Assim, as ações do indivíduo em relação ao seu meio real são sempre mediadas pelo outro que cada um traz em si mesmo.

Contudo, quando o eu se afirma, quando percebe a sua delimitação em relação ao outro, surge o que Pierre Janet definiu como socius ou um duplo eu. “Wallon sublinha fortemente que o outro íntimo não é uma imagem, uma interiorização dos outros. Não é, diz, ‘um decalque das relações habituais que o sujeito possa ter tido com pessoas reais’.’’ (ZAZZO, 1978, p. 61)

Entende-se, portanto, que o socius é esse outro íntimo que surge a partir do processo de diferenciação eu-outro. Tem em sua constituição elementos das relações com o outro, com a cultura e com os diferentes tipos de meio. Sendo ele um parceiro constante na vida psíquica do indivíduo, cuja constituição se dá de forma dinâmica, sua formação também ocorre de modo contínuo, processual, obtendo uma nova configuração a partir dessas relações que se estabelecem no decorrer da vida humana. Assim, o outro íntimo (socius) articula elementos novos e antigos da experiência do indivíduo, não numa simples agregação ou sobreposição de características, mas numa nova combinação que lhe confere, constantemente, um novo perfil.

Entretanto, o socius, de acordo com Wallon (1973a, p. 159):

É normalmente reduzido, inaparente, contido e como que negado pela vontade de dominação e de integridade completa que acompanha o eu. No entanto, toda deliberação, toda indecisão é um diálogo às vezes mais ou menos explícito entre o eu e um objectante.

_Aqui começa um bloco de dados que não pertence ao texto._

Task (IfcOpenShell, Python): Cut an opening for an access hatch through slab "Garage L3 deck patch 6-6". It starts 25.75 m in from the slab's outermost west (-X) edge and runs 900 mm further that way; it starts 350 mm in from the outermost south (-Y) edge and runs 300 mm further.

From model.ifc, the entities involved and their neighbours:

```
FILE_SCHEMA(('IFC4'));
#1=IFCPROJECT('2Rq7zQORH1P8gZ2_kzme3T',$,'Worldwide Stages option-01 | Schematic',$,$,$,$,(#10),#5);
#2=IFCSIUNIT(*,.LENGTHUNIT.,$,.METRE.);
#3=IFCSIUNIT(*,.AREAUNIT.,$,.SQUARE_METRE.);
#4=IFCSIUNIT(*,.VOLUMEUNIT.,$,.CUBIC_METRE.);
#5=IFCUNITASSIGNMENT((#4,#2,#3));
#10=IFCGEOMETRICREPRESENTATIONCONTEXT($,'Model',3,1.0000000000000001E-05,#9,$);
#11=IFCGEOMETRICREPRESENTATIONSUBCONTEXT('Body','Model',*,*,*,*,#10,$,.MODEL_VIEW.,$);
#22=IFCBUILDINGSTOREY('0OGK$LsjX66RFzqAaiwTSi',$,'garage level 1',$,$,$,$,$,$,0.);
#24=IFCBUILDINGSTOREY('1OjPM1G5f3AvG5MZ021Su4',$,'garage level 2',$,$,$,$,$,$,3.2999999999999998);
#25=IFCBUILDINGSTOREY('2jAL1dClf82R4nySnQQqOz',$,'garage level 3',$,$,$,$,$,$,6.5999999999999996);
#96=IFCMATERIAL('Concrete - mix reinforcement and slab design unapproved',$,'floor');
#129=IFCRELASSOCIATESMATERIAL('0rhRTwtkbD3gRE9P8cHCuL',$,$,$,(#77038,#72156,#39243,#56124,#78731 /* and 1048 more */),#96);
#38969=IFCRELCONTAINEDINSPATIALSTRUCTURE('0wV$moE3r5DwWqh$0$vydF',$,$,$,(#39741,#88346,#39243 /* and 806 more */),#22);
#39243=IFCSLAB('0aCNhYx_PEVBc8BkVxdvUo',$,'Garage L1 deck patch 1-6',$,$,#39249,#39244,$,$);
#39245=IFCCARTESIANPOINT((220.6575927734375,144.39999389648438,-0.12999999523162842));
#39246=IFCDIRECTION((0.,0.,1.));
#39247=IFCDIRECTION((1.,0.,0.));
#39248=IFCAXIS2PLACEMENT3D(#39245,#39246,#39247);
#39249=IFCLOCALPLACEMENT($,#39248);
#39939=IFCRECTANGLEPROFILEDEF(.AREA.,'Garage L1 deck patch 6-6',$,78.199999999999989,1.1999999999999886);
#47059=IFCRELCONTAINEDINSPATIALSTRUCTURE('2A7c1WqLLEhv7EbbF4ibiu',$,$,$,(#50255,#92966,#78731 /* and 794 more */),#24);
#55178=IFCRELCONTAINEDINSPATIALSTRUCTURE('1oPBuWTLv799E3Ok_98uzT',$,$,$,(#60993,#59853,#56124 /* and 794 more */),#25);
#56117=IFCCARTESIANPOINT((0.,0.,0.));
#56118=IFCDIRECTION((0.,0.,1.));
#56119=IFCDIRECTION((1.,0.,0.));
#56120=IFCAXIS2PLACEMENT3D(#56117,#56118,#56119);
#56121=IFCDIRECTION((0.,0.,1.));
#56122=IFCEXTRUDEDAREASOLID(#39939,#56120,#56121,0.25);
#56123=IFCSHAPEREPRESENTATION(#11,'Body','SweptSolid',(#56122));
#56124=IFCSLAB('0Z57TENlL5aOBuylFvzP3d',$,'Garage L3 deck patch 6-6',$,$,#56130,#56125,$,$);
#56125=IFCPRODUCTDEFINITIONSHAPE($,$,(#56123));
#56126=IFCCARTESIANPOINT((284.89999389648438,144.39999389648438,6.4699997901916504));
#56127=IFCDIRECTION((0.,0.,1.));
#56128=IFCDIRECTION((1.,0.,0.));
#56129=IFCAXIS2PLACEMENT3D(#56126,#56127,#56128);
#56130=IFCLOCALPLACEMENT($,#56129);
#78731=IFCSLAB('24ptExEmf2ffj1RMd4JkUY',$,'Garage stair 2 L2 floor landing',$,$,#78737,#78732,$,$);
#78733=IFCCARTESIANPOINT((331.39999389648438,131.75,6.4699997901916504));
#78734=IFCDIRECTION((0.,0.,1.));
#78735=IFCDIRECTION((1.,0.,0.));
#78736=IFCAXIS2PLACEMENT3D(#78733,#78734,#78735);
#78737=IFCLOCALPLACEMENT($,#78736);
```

```python
import numpy as np
import ifcopenshell
import ifcopenshell.api.feature
import ifcopenshell.api.geometry
import ifcopenshell.api.root
import ifcopenshell.geom
import ifcopenshell.util.placement
import ifcopenshell.util.representation
import ifcopenshell.util.shape
import ifcopenshell.util.unit

model = ifcopenshell.open("model.ifc")
unit_scale = ifcopenshell.util.unit.calculate_unit_scale(model)
settings = ifcopenshell.geom.settings()


def volume(element):
    """Net volume in cubic metres, openings subtracted."""
    shape = ifcopenshell.geom.create_shape(settings, element)
    return ifcopenshell.util.shape.get_volume(shape.geometry)


slab = model.by_guid("0Z57TENlL5aOBuylFvzP3d")
before = volume(slab)

# Extent in the slab's own axes, in metres. The edges named are its -X and -Y sides.
slab_shape = ifcopenshell.geom.create_shape(settings, slab)
vertices = ifcopenshell.util.shape.get_vertices(slab_shape.geometry)
x_min, y_min, bottom = vertices.min(axis=0)
top = vertices[:, 2].max()

opening = ifcopenshell.api.root.create_entity(model, ifc_class="IfcOpeningElement", name="Access hatch opening", predefined_type="OPENING")
context = ifcopenshell.util.representation.get_context(model, "Model", "Body", "MODEL_VIEW")
width, depth = 0.9, 0.3
outline = [(0.0, 0.0), (width, 0.0), (width, depth), (0.0, depth), (0.0, 0.0)]
# Overshoot both faces by 50 mm so the cut is clean.
shape = ifcopenshell.api.geometry.add_slab_representation(
    model, context=context, depth=top - bottom + 0.1, polyline=outline
)
ifcopenshell.api.geometry.assign_representation(model, product=opening, representation=shape)

matrix = ifcopenshell.util.placement.get_local_placement(slab.ObjectPlacement)
matrix[:, 3] = matrix @ np.append(np.array([x_min + 25.75, y_min + 0.35, bottom - 0.05]) / unit_scale, 1.0)
ifcopenshell.api.geometry.edit_object_placement(model, product=opening, matrix=matrix, is_si=False)
ifcopenshell.api.feature.add_feature(model, feature=opening, element=slab)

after = volume(slab)

print(f"slab volume {before:.3f} -> {after:.3f} m3")

model.write("model_rev.ifc")
```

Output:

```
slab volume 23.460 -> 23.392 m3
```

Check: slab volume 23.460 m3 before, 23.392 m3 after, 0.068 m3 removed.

Assim como a delimitação eu-outro pode ficar indefinida nos momentos de crise, o outro íntimo (socius), normalmente silente e reprimido no indivíduo, ganha expressão em momentos de insegurança e de dificuldade. Em tais situações, o diálogo que se trava entre o eu e o outro íntimo pode até se tornar explícito, audível. É como se houvesse vontades ambivalentes, decisões ambíguas, atitudes antagônicas: é uma disputa travada entre o eu e o outro

íntimo para resolver uma situação. Wallon considera que esses momentos de

diálogo com o socius lembram aqueles de diálogo da criança consigo mesma, os quais tendem a diminuir a partir dos três anos, mas não chegam a desaparecer completamente, apenas a reduzir os episódios de sua ocorrência, permanecendo secundário.

O socius, portanto, exerce um papel de extrema importância na vida do indivíduo, podendo revelar aquilo que o eu cuida para reprimir, refrear, omitir.